* _Your task_: Would you transcribe all of the data exactly, down to the last character?

* _Data supplied_:
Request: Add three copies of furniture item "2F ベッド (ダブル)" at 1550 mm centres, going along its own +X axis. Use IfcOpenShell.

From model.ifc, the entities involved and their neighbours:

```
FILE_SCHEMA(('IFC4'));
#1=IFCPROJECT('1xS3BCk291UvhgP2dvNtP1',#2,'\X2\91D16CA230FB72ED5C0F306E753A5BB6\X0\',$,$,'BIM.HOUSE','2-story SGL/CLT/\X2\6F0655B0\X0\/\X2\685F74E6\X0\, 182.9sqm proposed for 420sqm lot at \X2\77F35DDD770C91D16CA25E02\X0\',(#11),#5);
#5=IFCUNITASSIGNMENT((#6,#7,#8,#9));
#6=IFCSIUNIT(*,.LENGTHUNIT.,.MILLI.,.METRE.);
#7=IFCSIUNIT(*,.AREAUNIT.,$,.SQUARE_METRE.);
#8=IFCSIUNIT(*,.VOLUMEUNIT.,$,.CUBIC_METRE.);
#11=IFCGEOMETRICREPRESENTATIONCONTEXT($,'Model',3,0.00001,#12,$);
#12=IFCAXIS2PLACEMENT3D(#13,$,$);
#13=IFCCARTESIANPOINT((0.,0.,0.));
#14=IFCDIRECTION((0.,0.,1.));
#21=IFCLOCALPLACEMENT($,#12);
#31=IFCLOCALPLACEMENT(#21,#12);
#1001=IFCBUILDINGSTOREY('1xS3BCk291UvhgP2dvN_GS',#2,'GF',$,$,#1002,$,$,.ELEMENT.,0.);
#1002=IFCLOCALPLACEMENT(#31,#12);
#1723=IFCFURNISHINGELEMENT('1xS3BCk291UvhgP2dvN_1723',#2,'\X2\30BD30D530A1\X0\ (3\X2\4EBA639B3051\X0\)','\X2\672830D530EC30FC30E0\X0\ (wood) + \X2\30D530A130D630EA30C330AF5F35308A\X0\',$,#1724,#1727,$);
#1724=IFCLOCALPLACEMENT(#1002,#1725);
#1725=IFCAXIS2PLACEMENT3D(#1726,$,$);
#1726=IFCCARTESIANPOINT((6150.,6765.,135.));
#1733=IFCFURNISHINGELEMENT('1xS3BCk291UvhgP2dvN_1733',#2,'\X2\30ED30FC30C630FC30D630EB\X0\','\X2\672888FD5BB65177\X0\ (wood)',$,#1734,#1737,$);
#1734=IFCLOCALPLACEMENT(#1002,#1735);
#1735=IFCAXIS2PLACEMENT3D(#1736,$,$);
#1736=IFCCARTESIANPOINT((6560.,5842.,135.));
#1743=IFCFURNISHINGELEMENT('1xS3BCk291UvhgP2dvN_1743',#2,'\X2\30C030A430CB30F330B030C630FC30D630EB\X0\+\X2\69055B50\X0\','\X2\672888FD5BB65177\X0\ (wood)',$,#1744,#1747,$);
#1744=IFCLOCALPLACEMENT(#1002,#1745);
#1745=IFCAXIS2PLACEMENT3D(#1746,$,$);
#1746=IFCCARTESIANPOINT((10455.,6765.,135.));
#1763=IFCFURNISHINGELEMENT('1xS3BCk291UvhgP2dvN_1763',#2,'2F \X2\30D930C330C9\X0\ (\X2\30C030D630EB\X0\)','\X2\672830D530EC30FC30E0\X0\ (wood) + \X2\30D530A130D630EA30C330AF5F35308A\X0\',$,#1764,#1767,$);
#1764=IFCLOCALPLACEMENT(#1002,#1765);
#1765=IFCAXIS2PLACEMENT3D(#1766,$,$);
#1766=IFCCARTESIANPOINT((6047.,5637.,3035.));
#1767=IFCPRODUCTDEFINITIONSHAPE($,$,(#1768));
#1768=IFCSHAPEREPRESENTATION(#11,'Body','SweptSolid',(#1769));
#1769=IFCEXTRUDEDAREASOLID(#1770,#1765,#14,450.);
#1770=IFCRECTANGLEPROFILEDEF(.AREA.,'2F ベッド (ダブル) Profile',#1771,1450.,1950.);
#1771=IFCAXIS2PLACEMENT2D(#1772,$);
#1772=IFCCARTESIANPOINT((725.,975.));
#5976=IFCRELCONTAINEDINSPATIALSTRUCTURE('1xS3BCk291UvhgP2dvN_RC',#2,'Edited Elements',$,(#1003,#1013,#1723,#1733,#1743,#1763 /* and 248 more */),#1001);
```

```python
import ifcopenshell
import ifcopenshell.api.geometry
import ifcopenshell.api.root
import ifcopenshell.util.element
import ifcopenshell.util.placement
import ifcopenshell.util.unit

model = ifcopenshell.open("model.ifc")
unit_scale = ifcopenshell.util.unit.calculate_unit_scale(model)


def reuse_history(source, copy):
    """copy_class also copies each property set's owner history, people and application; keep the originals."""
    for rel in copy.IsDefinedBy:
        if rel.is_a("IfcRelDefinesByProperties") and (history := rel.RelatingPropertyDefinition.OwnerHistory):
            rel.RelatingPropertyDefinition.OwnerHistory = source.OwnerHistory
            ifcopenshell.util.element.remove_deep2(model, history)


source = model.by_guid("1xS3BCk291UvhgP2dvN_1763")
base = ifcopenshell.util.placement.get_local_placement(source.ObjectPlacement)
step = base[:3, 0] * 1.55 / unit_scale

for i in range(1, 4):
    copy = ifcopenshell.api.root.copy_class(model, product=source)
    copy.Representation = ifcopenshell.util.element.copy_deep(
        model, source.Representation, exclude=["IfcGeometricRepresentationContext", "IfcRepresentationMap"]
    )
    reuse_history(source, copy)
    matrix = base.copy()
    matrix[:3, 3] += i * step
    print("added at", matrix[:3, 3].round(3) + 0.0)
    ifcopenshell.api.geometry.edit_object_placement(model, product=copy, matrix=matrix, is_si=False)

model.write("model_edited.ifc")
```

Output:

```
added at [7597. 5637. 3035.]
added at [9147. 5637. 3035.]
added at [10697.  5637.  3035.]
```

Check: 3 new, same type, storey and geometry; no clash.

* _Solution to the problem_:
Request: Add three copies of furniture item "2F ベッド (ダブル)" at 1550 mm centres, going along its own +X axis. Use IfcOpenShell.

From model.ifc, the entities involved and their neighbours:

```
FILE_SCHEMA(('IFC4'));
#1=IFCPROJECT('1xS3BCk291UvhgP2dvNtP1',#2,'\X2\91D16CA230FB72ED5C0F306E753A5BB6\X0\',$,$,'BIM.HOUSE','2-story SGL/CLT/\X2\6F0655B0\X0\/\X2\685F74E6\X0\, 182.9sqm proposed for 420sqm lot at \X2\77F35DDD770C91D16CA25E02\X0\',(#11),#5);
#5=IFCUNITASSIGNMENT((#6,#7,#8,#9));
#6=IFCSIUNIT(*,.LENGTHUNIT.,.MILLI.,.METRE.);
#7=IFCSIUNIT(*,.AREAUNIT.,$,.SQUARE_METRE.);
#8=IFCSIUNIT(*,.VOLUMEUNIT.,$,.CUBIC_METRE.);
#11=IFCGEOMETRICREPRESENTATIONCONTEXT($,'Model',3,0.00001,#12,$);
#12=IFCAXIS2PLACEMENT3D(#13,$,$);
#13=IFCCARTESIANPOINT((0.,0.,0.));
#14=IFCDIRECTION((0.,0.,1.));
#21=IFCLOCALPLACEMENT($,#12);
#31=IFCLOCALPLACEMENT(#21,#12);
#1001=IFCBUILDINGSTOREY('1xS3BCk291UvhgP2dvN_GS',#2,'GF',$,$,#1002,$,$,.ELEMENT.,0.);
#1002=IFCLOCALPLACEMENT(#31,#12);
#1723=IFCFURNISHINGELEMENT('1xS3BCk291UvhgP2dvN_1723',#2,'\X2\30BD30D530A1\X0\ (3\X2\4EBA639B3051\X0\)','\X2\672830D530EC30FC30E0\X0\ (wood) + \X2\30D530A130D630EA30C330AF5F35308A\X0\',$,#1724,#1727,$);
#1724=IFCLOCALPLACEMENT(#1002,#1725);
#1725=IFCAXIS2PLACEMENT3D(#1726,$,$);
#1726=IFCCARTESIANPOINT((6150.,6765.,135.));
#1733=IFCFURNISHINGELEMENT('1xS3BCk291UvhgP2dvN_1733',#2,'\X2\30ED30FC30C630FC30D630EB\X0\','\X2\672888FD5BB65177\X0\ (wood)',$,#1734,#1737,$);
#1734=IFCLOCALPLACEMENT(#1002,#1735);
#1735=IFCAXIS2PLACEMENT3D(#1736,$,$);
#1736=IFCCARTESIANPOINT((6560.,5842.,135.));
#1743=IFCFURNISHINGELEMENT('1xS3BCk291UvhgP2dvN_1743',#2,'\X2\30C030A430CB30F330B030C630FC30D630EB\X0\+\X2\69055B50\X0\','\X2\672888FD5BB65177\X0\ (wood)',$,#1744,#1747,$);
#1744=IFCLOCALPLACEMENT(#1002,#1745);
#1745=IFCAXIS2PLACEMENT3D(#1746,$,$);
#1746=IFCCARTESIANPOINT((10455.,6765.,135.));
#1763=IFCFURNISHINGELEMENT('1xS3BCk291UvhgP2dvN_1763',#2,'2F \X2\30D930C330C9\X0\ (\X2\30C030D630EB\X0\)','\X2\672830D530EC30FC30E0\X0\ (wood) + \X2\30D530A130D630EA30C330AF5F35308A\X0\',$,#1764,#1767,$);
#1764=IFCLOCALPLACEMENT(#1002,#1765);
#1765=IFCAXIS2PLACEMENT3D(#1766,$,$);
#1766=IFCCARTESIANPOINT((6047.,5637.,3035.));
#1767=IFCPRODUCTDEFINITIONSHAPE($,$,(#1768));
#1768=IFCSHAPEREPRESENTATION(#11,'Body','SweptSolid',(#1769));
#1769=IFCEXTRUDEDAREASOLID(#1770,#1765,#14,450.);
#1770=IFCRECTANGLEPROFILEDEF(.AREA.,'2F ベッド (ダブル) Profile',#1771,1450.,1950.);
#1771=IFCAXIS2PLACEMENT2D(#1772,$);
#1772=IFCCARTESIANPOINT((725.,975.));
#5976=IFCRELCONTAINEDINSPATIALSTRUCTURE('1xS3BCk291UvhgP2dvN_RC',#2,'Edited Elements',$,(#1003,#1013,#1723,#1733,#1743,#1763 /* and 248 more */),#1001);
```

```python
import ifcopenshell
import ifcopenshell.api.geometry
import ifcopenshell.api.root
import ifcopenshell.util.element
import ifcopenshell.util.placement
import ifcopenshell.util.unit

model = ifcopenshell.open("model.ifc")
unit_scale = ifcopenshell.util.unit.calculate_unit_scale(model)


def reuse_history(source, copy):
    """copy_class also copies each property set's owner history, people and application; keep the originals."""
    for rel in copy.IsDefinedBy:
        if rel.is_a("IfcRelDefinesByProperties") and (history := rel.RelatingPropertyDefinition.OwnerHistory):
            rel.RelatingPropertyDefinition.OwnerHistory = source.OwnerHistory
            ifcopenshell.util.element.remove_deep2(model, history)


source = model.by_guid("1xS3BCk291UvhgP2dvN_1763")
base = ifcopenshell.util.placement.get_local_placement(source.ObjectPlacement)
step = base[:3, 0] * 1.55 / unit_scale

for i in range(1, 4):
    copy = ifcopenshell.api.root.copy_class(model, product=source)
    copy.Representation = ifcopenshell.util.element.copy_deep(
        model, source.Representation, exclude=["IfcGeometricRepresentationContext", "IfcRepresentationMap"]
    )
    reuse_history(source, copy)
    matrix = base.copy()
    matrix[:3, 3] += i * step
    print("added at", matrix[:3, 3].round(3) + 0.0)
    ifcopenshell.api.geometry.edit_object_placement(model, product=copy, matrix=matrix, is_si=False)

model.write("model_edited.ifc")
```

Output:

```
added at [7597. 5637. 3035.]
added at [9147. 5637. 3035.]
added at [10697.  5637.  3035.]
```

Check: 3 new, same type, storey and geometry; no clash.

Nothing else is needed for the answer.